スーパー銭湯街道で火ぶたを切った寿司バトル ! 「すしQ衛門」

 華の湯の通り沿いで寿司の価格競争が始まった。つい最近開店したすしQ衛門では、広いテーブルと落ち着いた空間を有しながらも、お寿司一貫63円を前面に押し出してアピール。おとなりの回転寿司すしせんでは、「ランチ84円」と大きな張り紙を貼って大々的に低価格をアピール。しかしランチが84円とは行き過ぎではないだろうか?今回はQ衛門に入ってみた。雰囲気は高級和食チェーン店にひけをとらない感じでなかなか良い。そして確かにお好み寿司は格安だ。2貫の値段は〆鯖、こはだが126円、かんぱち、鯵、貝類は220円と、とにかく安い。にぎりのセットは3ランク有り、950円、1380円、特上で1880円だ。また膳ものでは刺身膳が1580円、寿司会席は前菜2つ、天婦羅、握り10貫、茶碗蒸し、フルーツがついて1980円。これらは何故か、ごく普通の値段に見える。

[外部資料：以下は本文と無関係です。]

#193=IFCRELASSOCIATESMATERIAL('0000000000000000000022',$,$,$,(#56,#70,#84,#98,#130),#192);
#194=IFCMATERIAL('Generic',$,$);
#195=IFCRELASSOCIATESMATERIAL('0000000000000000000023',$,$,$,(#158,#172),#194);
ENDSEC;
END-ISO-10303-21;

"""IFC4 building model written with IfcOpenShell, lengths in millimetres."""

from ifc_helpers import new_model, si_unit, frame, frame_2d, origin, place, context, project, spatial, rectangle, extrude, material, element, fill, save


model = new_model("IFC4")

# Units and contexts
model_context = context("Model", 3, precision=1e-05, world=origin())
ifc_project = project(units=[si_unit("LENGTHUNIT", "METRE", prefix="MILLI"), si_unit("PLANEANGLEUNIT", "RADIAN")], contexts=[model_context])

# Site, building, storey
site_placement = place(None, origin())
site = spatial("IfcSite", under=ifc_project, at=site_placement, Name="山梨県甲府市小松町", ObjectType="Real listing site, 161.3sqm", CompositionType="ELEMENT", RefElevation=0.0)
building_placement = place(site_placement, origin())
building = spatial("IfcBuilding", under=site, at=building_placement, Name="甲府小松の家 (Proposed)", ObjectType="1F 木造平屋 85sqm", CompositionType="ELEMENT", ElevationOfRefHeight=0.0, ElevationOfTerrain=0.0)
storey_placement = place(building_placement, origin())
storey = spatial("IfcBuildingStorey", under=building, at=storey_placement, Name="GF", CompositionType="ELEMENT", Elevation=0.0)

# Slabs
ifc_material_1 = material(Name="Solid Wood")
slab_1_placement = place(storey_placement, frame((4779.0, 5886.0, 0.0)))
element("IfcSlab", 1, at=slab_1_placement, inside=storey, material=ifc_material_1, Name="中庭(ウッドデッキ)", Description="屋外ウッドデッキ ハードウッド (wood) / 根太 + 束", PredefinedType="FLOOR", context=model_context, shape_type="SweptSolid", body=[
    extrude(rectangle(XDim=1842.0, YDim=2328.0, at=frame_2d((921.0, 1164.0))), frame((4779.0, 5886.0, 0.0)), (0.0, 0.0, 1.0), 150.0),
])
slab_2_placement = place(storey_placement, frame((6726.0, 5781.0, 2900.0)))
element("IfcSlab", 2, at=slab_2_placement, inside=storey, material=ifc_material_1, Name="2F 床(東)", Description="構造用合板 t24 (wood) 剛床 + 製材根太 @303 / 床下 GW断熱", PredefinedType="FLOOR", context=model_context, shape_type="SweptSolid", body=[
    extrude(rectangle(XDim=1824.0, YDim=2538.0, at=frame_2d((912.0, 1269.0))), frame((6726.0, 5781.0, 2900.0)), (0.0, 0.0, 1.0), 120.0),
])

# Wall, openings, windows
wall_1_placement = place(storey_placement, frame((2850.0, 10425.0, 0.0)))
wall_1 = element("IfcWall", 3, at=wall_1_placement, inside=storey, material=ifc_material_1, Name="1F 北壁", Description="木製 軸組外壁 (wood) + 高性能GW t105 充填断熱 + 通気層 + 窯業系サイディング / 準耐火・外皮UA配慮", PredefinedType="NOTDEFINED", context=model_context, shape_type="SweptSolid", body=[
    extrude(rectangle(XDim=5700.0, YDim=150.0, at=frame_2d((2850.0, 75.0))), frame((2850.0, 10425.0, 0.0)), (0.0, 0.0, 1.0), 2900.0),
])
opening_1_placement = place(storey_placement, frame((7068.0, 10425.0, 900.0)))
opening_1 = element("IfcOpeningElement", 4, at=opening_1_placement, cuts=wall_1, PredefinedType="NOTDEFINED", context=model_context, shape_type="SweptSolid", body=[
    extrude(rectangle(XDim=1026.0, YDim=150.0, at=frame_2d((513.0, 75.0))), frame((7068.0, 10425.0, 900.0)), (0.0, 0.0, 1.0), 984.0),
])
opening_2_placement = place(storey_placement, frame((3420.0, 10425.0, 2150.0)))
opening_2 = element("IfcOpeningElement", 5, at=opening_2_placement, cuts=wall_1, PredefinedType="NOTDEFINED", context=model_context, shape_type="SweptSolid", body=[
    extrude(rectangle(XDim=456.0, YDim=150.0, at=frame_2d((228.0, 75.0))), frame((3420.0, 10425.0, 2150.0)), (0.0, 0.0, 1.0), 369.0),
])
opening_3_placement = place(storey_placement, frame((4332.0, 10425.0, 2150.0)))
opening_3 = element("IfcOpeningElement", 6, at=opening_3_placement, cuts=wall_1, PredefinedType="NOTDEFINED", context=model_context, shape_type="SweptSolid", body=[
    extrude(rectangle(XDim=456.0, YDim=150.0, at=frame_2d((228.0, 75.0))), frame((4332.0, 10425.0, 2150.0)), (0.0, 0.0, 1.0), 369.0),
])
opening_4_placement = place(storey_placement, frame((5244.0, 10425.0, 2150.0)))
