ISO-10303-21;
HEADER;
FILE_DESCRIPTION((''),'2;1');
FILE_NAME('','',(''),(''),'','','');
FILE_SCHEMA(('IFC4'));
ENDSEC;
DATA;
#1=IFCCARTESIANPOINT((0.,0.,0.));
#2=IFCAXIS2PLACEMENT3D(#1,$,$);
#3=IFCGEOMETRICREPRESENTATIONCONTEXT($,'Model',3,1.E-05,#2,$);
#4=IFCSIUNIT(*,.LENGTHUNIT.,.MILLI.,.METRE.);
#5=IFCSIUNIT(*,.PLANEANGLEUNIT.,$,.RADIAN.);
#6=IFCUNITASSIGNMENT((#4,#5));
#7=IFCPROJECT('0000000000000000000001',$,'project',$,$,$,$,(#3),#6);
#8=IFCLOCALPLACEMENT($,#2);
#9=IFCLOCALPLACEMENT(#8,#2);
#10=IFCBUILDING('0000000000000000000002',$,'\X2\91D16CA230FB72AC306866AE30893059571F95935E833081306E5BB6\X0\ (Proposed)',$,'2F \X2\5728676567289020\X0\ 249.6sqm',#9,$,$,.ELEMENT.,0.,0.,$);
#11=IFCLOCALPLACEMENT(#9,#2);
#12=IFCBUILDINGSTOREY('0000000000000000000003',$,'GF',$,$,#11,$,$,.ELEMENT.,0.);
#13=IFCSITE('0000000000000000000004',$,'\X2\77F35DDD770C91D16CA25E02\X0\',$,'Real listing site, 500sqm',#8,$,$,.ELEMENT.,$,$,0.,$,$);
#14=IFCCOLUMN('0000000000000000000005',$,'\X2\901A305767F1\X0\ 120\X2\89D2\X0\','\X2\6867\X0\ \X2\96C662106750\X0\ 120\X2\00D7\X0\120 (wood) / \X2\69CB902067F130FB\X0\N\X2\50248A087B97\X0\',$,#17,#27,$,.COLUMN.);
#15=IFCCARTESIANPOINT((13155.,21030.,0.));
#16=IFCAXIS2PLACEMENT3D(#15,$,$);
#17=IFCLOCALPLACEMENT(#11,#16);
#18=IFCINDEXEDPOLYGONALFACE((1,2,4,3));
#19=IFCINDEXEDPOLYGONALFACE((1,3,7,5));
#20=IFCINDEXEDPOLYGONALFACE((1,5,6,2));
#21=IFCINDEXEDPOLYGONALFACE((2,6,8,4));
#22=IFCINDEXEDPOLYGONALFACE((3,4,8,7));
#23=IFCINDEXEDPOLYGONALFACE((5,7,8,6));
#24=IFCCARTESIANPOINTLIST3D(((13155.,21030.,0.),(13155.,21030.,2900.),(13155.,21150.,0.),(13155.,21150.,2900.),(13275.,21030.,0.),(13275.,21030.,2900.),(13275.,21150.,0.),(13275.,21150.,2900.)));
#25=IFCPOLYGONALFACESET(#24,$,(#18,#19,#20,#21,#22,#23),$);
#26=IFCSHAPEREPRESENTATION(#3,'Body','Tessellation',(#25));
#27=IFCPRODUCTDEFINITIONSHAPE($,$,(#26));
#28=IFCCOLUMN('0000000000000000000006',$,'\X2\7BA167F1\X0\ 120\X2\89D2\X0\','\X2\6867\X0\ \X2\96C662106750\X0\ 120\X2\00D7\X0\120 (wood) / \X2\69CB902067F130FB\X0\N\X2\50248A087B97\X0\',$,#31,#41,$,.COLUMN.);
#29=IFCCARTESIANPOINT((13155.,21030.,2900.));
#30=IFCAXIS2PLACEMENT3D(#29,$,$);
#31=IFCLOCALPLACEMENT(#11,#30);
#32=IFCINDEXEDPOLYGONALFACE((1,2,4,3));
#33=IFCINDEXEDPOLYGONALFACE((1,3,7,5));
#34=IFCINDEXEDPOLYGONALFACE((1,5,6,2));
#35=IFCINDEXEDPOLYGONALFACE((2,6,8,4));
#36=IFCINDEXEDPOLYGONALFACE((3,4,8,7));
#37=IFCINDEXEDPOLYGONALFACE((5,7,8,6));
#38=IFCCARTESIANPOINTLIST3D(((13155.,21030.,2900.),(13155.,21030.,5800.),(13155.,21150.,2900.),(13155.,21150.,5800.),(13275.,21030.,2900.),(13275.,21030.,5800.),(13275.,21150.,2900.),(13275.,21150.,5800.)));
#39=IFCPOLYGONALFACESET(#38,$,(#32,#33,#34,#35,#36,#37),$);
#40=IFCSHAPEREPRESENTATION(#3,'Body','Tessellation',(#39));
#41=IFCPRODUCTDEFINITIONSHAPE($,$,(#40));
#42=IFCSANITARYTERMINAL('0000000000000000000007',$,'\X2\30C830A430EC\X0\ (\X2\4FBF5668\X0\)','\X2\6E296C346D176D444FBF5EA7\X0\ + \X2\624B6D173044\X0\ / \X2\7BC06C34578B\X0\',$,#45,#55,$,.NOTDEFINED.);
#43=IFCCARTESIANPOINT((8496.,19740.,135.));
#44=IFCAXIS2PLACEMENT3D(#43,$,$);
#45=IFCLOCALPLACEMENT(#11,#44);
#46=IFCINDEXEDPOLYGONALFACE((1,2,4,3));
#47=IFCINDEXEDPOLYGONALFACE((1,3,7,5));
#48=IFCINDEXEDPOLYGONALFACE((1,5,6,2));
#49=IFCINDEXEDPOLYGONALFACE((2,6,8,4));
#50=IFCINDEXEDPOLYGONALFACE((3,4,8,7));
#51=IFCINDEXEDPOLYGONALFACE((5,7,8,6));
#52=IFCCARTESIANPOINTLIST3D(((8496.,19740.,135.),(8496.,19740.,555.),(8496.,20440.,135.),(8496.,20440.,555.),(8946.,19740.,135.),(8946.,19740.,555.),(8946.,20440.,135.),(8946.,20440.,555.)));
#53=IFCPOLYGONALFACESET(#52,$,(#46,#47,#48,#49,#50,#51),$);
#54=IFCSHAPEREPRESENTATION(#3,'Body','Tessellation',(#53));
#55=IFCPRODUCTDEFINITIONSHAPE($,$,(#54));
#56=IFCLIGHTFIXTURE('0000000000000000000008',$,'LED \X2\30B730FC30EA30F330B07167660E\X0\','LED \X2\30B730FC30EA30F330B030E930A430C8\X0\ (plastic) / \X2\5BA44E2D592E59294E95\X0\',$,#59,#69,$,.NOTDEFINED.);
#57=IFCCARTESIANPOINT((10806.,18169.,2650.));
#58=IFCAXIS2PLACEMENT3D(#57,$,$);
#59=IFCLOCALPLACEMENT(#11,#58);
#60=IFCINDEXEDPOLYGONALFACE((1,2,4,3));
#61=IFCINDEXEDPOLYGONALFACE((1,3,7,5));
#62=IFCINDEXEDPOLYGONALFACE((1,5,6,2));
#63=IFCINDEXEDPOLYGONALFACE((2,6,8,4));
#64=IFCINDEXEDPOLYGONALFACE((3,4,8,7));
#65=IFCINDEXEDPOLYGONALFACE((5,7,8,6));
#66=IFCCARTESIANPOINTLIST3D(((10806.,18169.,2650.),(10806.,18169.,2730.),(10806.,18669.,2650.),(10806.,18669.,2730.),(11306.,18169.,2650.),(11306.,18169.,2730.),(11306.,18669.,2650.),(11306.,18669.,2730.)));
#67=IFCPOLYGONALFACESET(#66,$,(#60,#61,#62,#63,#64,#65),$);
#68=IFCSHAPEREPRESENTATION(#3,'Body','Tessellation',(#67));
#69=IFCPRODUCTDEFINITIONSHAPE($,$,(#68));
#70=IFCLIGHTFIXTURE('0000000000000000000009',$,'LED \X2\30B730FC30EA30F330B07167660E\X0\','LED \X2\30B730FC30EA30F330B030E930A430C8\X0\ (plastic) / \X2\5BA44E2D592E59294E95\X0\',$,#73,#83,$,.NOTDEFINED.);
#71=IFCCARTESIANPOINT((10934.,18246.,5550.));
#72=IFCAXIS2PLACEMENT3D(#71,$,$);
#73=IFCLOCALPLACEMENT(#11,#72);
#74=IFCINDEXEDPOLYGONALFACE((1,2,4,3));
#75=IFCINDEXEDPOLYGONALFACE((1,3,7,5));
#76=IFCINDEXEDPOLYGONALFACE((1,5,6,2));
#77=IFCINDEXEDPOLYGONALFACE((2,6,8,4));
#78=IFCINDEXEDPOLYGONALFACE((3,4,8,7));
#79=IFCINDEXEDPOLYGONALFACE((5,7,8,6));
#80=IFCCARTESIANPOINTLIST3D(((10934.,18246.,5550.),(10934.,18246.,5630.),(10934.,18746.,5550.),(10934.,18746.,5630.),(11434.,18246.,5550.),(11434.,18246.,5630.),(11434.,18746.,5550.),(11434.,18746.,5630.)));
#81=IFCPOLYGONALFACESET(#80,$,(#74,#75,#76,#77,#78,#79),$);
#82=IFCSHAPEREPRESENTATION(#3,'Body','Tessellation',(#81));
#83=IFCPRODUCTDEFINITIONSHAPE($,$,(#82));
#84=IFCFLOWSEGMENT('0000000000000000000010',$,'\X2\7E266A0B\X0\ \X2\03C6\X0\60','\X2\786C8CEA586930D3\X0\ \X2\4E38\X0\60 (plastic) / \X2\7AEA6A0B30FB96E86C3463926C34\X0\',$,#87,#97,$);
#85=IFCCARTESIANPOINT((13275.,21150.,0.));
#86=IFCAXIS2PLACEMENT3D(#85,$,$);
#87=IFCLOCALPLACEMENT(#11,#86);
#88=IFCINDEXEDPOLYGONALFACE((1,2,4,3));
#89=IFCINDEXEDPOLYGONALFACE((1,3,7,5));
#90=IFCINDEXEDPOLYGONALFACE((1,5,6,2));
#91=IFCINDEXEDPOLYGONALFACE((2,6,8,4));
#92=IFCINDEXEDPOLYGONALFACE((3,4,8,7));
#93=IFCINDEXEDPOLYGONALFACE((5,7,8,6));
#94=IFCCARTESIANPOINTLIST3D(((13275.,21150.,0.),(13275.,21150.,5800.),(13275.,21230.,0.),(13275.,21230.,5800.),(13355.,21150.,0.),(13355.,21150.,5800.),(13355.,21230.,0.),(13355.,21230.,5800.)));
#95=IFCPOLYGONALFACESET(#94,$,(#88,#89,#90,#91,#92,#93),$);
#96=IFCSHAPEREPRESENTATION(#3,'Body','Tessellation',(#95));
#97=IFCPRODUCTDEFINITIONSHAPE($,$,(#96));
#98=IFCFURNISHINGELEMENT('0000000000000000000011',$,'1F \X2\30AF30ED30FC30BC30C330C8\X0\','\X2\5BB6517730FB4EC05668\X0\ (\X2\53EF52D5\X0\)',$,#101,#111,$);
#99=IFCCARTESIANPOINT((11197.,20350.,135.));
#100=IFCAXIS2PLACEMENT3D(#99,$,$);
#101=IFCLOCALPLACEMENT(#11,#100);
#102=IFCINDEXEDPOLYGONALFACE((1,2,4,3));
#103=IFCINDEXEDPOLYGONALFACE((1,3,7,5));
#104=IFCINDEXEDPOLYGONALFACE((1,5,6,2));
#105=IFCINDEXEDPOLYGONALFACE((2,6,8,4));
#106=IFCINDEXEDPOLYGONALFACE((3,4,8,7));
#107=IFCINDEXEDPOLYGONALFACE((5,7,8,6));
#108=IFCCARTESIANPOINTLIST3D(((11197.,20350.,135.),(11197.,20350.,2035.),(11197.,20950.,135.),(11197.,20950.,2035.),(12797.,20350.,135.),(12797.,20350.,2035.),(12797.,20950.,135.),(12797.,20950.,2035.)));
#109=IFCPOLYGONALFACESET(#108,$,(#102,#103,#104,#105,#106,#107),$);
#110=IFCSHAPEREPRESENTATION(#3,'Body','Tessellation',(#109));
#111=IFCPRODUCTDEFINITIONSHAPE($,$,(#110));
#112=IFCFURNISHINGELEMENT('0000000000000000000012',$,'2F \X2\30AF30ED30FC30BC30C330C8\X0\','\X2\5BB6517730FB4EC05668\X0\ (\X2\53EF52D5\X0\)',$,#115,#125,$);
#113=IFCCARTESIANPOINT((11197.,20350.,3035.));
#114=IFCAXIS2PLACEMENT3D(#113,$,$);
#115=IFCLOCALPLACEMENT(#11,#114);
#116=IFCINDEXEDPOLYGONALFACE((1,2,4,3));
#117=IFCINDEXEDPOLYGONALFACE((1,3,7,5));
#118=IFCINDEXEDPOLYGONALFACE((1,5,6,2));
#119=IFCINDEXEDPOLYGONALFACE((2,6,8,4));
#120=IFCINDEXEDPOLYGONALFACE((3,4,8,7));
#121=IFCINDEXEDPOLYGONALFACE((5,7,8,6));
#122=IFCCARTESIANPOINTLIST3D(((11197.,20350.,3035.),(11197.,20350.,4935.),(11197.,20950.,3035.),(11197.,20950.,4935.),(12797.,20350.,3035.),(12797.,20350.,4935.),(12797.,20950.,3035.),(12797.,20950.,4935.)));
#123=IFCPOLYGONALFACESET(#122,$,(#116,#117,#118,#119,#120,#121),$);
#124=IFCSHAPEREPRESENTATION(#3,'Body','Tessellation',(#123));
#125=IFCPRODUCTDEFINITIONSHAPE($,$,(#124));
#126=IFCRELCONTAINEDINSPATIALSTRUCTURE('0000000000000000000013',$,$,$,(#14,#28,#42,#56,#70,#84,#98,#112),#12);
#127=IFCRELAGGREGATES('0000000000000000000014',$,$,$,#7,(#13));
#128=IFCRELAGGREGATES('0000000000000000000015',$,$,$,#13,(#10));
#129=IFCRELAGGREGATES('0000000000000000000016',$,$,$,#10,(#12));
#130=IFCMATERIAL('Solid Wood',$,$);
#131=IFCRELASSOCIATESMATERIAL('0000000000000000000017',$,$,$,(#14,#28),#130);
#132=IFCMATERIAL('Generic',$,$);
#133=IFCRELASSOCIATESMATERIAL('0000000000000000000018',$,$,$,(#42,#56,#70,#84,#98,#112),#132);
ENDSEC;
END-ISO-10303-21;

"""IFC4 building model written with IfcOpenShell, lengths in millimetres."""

from ifc_helpers import new_model, si_unit, frame, frame_2d, origin, place, context, project, spatial, rectangle, extrude, material, element, save


model = new_model("IFC4")

# Units and contexts
model_context = context("Model", 3, precision=1e-05, world=origin())
ifc_project = project(units=[si_unit("LENGTHUNIT", "METRE", prefix="MILLI"), si_unit("PLANEANGLEUNIT", "RADIAN")], contexts=[model_context])

# Site, building, storey
site_placement = place(None, origin())
site = spatial("IfcSite", under=ifc_project, at=site_placement, Name="石川県金沢市", ObjectType="Real listing site, 500sqm", CompositionType="ELEMENT", RefElevation=0.0)
building_placement = place(site_placement, origin())
building = spatial("IfcBuilding", under=site, at=building_placement, Name="金沢・犬と暮らす土間広めの家 (Proposed)", ObjectType="2F 在来木造 249.6sqm", CompositionType="ELEMENT", ElevationOfRefHeight=0.0, ElevationOfTerrain=0.0)
storey_placement = place(building_placement, origin())
storey = spatial("IfcBuildingStorey", under=building, at=storey_placement, Name="GF", CompositionType="ELEMENT", Elevation=0.0)

# Columns
ifc_material_1 = material(Name="Solid Wood")
column_1_placement = place(storey_placement, frame((13155.0, 21030.0, 0.0)))
element("IfcColumn", 1, at=column_1_placement, inside=storey, material=ifc_material_1, Name="通し柱 120角", Description="桧 集成材 120×120 (wood) / 構造柱・N値計算", PredefinedType="COLUMN", context=model_context, shape_type="SweptSolid", body=[
    extrude(rectangle(XDim=120.0, YDim=120.0, at=frame_2d((60.0, 60.0))), frame((13155.0, 21030.0, 0.0)), (0.0, 0.0, 1.0), 2900.0),
])
column_2_placement = place(storey_placement, frame((13155.0, 21030.0, 2900.0)))
element("IfcColumn", 2, at=column_2_placement, inside=storey, material=ifc_material_1, Name="管柱 120角", Description="桧 集成材 120×120 (wood) / 構造柱・N値計算", PredefinedType="COLUMN", context=model_context, shape_type="SweptSolid", body=[
    extrude(rectangle(XDim=120.0, YDim=120.0, at=frame_2d((60.0, 60.0))), frame((13155.0, 21030.0, 2900.0)), (0.0, 0.0, 1.0), 2900.0),
])

# Sanitary terminal
ifc_material_2 = material(Name="Generic")
sanitary_terminal_placement = place(storey_placement, frame((8496.0, 19740.0, 135.0)))
element("IfcSanitaryTerminal", 3, at=sanitary_terminal_placement, inside=storey, material=ifc_material_2, Name="トイレ (便器)", Description="温水洗浄便座 + 手洗い / 節水型", PredefinedType="NOTDEFINED", context=model_context, shape_type="SweptSolid", body=[
    extrude(rectangle(XDim=450.0, YDim=700.0, at=frame_2d((225.0, 350.0))), frame((8496.0, 19740.0, 135.0)), (0.0, 0.0, 1.0), 420.0),
])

早速1380円の海鮮丼セットをオーダー。これだけの安値を誇る中での1000円を超えるちらし寿司だけに、期待が高まる。ところが、しゃりの量が多いだけで、上に載せられているネタは少なく、ネタのグレードも並寿司程度。それに加えて具が殆ど入ってない茶碗蒸しと味噌汁のセットでは、割高感は否めない。丼ものも大切にして頂くことを期待したい。

総合評価 星2.0

すしQ衛門
成田市公津の杜2-2-3 TEL0476-28-1511

(文:中島尚彦)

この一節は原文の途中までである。